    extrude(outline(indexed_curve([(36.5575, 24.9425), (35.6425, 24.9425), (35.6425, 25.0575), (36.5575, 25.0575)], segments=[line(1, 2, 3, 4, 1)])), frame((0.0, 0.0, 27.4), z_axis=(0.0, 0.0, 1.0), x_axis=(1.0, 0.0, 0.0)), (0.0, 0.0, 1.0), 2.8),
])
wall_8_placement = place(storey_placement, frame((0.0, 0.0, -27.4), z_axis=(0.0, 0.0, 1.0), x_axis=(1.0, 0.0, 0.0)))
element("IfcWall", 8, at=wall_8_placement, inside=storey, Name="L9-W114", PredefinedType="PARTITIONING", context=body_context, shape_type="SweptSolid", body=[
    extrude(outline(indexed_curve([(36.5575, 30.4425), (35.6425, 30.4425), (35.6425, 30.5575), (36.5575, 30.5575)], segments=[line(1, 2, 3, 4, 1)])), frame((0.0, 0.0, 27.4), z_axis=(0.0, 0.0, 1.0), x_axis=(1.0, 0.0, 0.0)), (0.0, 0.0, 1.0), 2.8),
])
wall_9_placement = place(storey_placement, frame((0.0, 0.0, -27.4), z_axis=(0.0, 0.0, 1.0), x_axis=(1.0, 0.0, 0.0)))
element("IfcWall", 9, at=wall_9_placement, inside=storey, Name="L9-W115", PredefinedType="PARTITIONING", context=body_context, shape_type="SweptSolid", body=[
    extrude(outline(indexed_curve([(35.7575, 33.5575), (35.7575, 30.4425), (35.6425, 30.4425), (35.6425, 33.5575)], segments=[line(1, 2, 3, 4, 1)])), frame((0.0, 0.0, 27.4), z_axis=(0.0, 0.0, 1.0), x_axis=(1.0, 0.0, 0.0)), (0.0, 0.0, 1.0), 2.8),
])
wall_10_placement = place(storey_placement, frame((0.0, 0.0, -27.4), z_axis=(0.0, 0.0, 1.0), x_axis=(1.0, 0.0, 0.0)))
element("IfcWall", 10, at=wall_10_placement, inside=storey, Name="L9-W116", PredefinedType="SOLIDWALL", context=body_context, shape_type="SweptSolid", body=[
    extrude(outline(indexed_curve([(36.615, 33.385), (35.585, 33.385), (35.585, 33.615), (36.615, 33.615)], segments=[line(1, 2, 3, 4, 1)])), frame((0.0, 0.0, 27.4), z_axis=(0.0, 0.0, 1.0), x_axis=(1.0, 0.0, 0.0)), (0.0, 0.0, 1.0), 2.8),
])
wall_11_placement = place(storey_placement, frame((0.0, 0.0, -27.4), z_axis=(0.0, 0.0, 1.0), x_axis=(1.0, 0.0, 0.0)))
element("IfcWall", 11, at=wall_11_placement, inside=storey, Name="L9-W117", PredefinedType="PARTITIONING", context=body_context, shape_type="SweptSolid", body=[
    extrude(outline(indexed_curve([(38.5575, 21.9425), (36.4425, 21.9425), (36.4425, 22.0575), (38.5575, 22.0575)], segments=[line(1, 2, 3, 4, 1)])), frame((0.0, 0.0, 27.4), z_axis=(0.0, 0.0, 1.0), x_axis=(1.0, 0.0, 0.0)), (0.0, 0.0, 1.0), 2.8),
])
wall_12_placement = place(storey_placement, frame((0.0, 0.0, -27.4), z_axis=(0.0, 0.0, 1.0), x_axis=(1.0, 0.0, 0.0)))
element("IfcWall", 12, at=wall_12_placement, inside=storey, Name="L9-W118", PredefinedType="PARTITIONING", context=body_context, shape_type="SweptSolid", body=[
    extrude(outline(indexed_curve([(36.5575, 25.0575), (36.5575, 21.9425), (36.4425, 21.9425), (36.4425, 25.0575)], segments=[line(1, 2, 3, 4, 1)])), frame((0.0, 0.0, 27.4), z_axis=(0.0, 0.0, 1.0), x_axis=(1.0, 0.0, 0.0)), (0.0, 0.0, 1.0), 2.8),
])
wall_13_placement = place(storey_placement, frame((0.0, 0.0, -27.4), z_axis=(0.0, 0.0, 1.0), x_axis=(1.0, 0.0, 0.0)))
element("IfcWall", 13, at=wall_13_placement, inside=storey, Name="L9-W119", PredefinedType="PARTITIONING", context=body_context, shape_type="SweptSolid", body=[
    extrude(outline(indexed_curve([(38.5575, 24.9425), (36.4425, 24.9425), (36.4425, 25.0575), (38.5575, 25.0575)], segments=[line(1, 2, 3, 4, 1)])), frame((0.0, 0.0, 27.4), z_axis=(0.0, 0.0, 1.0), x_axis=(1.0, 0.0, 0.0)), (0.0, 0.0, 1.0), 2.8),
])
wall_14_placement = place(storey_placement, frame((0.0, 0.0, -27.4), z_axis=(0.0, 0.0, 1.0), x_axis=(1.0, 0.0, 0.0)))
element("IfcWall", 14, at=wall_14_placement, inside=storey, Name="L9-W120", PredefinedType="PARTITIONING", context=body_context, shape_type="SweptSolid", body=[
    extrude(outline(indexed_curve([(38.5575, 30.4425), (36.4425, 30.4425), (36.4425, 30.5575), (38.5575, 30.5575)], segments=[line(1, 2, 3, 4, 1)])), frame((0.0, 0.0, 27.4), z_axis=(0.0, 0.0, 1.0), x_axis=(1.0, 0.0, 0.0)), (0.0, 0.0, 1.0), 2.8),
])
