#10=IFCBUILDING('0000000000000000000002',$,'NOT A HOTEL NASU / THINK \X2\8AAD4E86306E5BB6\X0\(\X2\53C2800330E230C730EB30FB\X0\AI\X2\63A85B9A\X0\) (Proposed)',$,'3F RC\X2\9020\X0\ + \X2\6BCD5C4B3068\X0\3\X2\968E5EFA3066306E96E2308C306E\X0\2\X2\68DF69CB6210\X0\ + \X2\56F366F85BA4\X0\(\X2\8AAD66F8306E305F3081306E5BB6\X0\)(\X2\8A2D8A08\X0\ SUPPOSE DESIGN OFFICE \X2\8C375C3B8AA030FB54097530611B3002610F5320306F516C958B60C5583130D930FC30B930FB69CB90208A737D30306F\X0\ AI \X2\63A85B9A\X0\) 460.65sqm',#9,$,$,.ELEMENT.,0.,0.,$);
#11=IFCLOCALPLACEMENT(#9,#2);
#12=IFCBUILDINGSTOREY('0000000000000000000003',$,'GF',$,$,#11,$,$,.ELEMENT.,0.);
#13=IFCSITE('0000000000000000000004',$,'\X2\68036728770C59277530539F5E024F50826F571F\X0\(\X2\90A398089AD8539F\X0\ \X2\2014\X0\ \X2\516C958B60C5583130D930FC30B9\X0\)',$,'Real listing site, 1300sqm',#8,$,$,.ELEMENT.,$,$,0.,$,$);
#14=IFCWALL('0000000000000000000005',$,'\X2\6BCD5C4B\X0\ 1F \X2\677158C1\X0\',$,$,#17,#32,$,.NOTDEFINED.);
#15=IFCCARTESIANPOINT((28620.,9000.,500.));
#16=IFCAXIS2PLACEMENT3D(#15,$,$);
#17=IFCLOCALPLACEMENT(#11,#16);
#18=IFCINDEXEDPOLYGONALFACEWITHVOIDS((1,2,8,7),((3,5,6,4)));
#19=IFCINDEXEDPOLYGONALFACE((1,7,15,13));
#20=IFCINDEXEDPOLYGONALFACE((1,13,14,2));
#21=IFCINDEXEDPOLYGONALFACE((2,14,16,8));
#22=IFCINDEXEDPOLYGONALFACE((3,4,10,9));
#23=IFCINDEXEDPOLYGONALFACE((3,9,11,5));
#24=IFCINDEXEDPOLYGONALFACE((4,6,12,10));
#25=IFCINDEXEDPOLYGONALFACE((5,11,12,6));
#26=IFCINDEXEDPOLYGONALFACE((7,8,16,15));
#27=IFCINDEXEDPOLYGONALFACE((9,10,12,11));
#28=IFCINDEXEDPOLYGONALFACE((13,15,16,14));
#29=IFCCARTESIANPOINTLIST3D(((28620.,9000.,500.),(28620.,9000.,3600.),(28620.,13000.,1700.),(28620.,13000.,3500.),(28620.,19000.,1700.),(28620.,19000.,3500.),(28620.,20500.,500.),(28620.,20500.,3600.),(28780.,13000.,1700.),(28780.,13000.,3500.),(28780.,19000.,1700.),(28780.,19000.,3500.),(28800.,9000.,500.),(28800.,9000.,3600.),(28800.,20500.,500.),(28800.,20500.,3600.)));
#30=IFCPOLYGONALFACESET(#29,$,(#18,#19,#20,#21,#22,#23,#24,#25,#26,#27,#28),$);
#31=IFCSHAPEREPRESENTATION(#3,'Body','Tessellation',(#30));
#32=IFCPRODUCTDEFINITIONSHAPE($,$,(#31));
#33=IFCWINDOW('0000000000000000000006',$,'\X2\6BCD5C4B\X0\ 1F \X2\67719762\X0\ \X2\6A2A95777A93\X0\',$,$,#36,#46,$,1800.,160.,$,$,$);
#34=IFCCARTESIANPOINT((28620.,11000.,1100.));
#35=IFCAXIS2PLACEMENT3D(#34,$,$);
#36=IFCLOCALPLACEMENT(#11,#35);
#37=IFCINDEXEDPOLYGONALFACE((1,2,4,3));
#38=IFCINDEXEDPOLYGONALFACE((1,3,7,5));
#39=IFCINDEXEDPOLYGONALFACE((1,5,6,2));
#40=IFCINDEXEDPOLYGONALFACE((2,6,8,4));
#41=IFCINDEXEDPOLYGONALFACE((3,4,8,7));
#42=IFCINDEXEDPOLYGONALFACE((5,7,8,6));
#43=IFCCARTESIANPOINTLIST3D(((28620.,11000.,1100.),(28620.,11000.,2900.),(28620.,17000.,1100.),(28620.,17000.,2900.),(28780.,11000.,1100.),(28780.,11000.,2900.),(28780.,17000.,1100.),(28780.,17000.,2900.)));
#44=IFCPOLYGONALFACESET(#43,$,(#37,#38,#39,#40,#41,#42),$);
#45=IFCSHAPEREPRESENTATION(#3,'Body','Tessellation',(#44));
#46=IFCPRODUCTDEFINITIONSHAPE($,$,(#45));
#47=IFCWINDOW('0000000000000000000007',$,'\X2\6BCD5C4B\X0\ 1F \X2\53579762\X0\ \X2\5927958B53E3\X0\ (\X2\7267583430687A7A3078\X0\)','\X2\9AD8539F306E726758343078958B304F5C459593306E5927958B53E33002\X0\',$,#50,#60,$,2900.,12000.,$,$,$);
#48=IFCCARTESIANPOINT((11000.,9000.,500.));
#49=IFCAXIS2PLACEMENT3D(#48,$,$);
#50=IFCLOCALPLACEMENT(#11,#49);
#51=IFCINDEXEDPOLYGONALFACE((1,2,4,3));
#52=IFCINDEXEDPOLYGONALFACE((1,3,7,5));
---
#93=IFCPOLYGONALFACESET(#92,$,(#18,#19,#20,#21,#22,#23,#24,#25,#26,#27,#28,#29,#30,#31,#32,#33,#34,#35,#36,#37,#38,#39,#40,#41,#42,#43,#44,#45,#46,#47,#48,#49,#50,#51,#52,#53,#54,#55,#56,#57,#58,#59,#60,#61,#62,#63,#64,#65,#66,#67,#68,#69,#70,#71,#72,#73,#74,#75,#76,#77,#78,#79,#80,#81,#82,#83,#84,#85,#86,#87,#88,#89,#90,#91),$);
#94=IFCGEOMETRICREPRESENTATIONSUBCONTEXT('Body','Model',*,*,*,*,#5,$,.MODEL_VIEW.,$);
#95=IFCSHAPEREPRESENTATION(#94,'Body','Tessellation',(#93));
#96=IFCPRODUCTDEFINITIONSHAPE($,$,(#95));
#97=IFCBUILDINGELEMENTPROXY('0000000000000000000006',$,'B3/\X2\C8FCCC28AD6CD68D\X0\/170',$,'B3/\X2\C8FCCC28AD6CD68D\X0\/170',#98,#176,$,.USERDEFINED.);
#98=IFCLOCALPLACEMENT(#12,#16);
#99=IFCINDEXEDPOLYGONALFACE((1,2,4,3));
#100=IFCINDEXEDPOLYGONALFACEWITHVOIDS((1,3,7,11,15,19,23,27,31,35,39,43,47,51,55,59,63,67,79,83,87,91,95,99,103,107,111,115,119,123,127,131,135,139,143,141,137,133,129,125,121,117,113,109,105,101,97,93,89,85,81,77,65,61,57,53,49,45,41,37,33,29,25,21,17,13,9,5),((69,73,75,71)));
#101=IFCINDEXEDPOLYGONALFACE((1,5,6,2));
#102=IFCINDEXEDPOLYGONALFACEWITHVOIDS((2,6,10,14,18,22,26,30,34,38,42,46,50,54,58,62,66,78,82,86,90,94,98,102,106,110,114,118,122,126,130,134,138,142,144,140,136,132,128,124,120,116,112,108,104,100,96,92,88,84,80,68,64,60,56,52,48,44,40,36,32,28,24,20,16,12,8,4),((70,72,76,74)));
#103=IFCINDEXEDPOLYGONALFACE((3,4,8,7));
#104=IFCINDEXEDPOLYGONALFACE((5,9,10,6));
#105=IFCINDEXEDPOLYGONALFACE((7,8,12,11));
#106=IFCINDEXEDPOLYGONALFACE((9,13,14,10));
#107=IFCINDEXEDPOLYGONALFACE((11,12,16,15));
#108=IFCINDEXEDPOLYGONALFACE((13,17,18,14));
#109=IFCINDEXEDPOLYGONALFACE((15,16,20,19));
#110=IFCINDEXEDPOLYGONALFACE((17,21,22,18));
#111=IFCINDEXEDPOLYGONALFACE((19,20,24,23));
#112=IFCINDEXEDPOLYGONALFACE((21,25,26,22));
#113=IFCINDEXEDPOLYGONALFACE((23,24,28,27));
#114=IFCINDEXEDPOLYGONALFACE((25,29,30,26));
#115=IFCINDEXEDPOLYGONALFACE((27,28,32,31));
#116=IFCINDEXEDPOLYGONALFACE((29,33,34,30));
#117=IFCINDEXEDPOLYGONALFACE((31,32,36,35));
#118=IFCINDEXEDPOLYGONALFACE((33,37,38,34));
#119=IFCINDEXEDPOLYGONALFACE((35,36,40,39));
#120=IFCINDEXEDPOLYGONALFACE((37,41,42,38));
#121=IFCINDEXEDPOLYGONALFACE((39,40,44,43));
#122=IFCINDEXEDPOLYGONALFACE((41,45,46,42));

• _Work instructions_: Search the records for lines holding the word "IFCSHAPEREPRESENTATION", then copy each line you find.

• _Answer to the problem_:
#31=IFCSHAPEREPRESENTATION(#3,'Body','Tessellation',(#30));
#45=IFCSHAPEREPRESENTATION(#3,'Body','Tessellation',(#44));
#95=IFCSHAPEREPRESENTATION(#94,'Body','Tessellation',(#93));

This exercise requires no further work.